Task prompt ->
Search the data below for the string "IFCLOCALPLACEMENT" and copy all lines where it shows up.

(Stored data)
◇ ◇ ◇
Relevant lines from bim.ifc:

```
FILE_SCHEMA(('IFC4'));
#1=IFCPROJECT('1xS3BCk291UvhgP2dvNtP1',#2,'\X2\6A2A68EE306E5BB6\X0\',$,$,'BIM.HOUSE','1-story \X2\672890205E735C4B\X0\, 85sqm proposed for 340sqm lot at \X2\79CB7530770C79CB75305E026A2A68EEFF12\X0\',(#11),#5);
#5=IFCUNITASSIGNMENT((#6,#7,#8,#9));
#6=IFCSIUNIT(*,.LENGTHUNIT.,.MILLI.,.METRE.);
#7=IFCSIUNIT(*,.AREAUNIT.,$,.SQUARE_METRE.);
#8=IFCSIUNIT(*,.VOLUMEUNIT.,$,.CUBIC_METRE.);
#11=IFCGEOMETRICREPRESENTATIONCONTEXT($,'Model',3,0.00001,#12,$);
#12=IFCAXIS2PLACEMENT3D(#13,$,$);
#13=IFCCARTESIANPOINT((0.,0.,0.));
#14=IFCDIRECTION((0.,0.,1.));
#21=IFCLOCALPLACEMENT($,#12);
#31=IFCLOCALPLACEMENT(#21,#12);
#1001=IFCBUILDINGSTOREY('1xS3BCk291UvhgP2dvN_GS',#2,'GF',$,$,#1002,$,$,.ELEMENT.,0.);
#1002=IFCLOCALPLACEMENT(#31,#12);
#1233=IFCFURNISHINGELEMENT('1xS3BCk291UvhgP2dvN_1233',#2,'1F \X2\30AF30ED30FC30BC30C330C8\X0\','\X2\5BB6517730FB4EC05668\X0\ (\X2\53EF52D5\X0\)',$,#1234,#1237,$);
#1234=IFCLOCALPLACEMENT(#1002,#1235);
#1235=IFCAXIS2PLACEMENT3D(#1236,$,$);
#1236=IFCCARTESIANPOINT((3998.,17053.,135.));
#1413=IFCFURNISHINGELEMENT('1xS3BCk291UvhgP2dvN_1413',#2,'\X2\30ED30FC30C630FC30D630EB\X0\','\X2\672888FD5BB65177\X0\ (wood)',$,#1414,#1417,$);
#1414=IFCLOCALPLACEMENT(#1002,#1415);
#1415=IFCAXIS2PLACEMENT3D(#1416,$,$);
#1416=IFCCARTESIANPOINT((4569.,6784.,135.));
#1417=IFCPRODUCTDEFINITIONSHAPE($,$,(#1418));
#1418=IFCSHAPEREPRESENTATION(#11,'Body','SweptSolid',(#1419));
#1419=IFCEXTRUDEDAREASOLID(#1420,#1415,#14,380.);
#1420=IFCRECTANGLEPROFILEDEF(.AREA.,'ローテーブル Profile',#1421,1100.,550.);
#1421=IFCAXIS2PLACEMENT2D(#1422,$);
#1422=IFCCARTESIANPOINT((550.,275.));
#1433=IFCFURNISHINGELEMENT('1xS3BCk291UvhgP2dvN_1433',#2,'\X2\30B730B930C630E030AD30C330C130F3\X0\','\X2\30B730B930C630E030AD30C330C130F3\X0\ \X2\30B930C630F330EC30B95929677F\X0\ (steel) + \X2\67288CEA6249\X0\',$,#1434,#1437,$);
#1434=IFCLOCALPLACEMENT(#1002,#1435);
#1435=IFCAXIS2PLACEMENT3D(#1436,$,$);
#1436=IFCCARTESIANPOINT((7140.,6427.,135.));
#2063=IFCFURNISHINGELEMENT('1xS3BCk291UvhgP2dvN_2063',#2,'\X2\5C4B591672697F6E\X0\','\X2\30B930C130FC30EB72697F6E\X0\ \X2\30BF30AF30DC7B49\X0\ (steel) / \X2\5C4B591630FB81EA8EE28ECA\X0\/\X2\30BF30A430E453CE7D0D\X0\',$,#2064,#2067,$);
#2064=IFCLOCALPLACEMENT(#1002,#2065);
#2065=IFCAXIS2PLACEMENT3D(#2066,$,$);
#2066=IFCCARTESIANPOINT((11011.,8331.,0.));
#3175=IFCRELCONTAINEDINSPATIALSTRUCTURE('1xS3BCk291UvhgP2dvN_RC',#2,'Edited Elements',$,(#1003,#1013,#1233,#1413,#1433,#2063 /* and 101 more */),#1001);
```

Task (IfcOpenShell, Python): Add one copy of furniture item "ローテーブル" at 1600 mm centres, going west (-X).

```python
import numpy as np
import ifcopenshell
import ifcopenshell.api.geometry
import ifcopenshell.api.root
import ifcopenshell.util.element
import ifcopenshell.util.placement
import ifcopenshell.util.unit

model = ifcopenshell.open("bim.ifc")
unit_scale = ifcopenshell.util.unit.calculate_unit_scale(model)


def reuse_history(source, copy):
    """copy_class also copies each property set's owner history, people and application; keep the originals."""
    for rel in copy.IsDefinedBy:
        if rel.is_a("IfcRelDefinesByProperties") and (history := rel.RelatingPropertyDefinition.OwnerHistory):
            rel.RelatingPropertyDefinition.OwnerHistory = source.OwnerHistory
            ifcopenshell.util.element.remove_deep2(model, history)


source = model.by_guid("1xS3BCk291UvhgP2dvN_1413")
base = ifcopenshell.util.placement.get_local_placement(source.ObjectPlacement)
step = np.array([-1.0, 0.0, 0.0]) * 1.6 / unit_scale

for i in range(1, 2):
    copy = ifcopenshell.api.root.copy_class(model, product=source)
    copy.Representation = ifcopenshell.util.element.copy_deep(
        model, source.Representation, exclude=["IfcGeometricRepresentationContext", "IfcRepresentationMap"]
    )
    reuse_history(source, copy)
    matrix = base.copy()
    matrix[:3, 3] += i * step
    print("added at", matrix[:3, 3].round(3) + 0.0)
    ifcopenshell.api.geometry.edit_object_placement(model, product=copy, matrix=matrix, is_si=False)

model.write("bim_updated.ifc")
```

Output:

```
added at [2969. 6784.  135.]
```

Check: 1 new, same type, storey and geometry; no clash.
◇ ◇ ◇
Response ->
#21=IFCLOCALPLACEMENT($,#12);
#31=IFCLOCALPLACEMENT(#21,#12);
#1002=IFCLOCALPLACEMENT(#31,#12);
#1234=IFCLOCALPLACEMENT(#1002,#1235);
#1414=IFCLOCALPLACEMENT(#1002,#1415);
#1434=IFCLOCALPLACEMENT(#1002,#1435);
#2064=IFCLOCALPLACEMENT(#1002,#2065);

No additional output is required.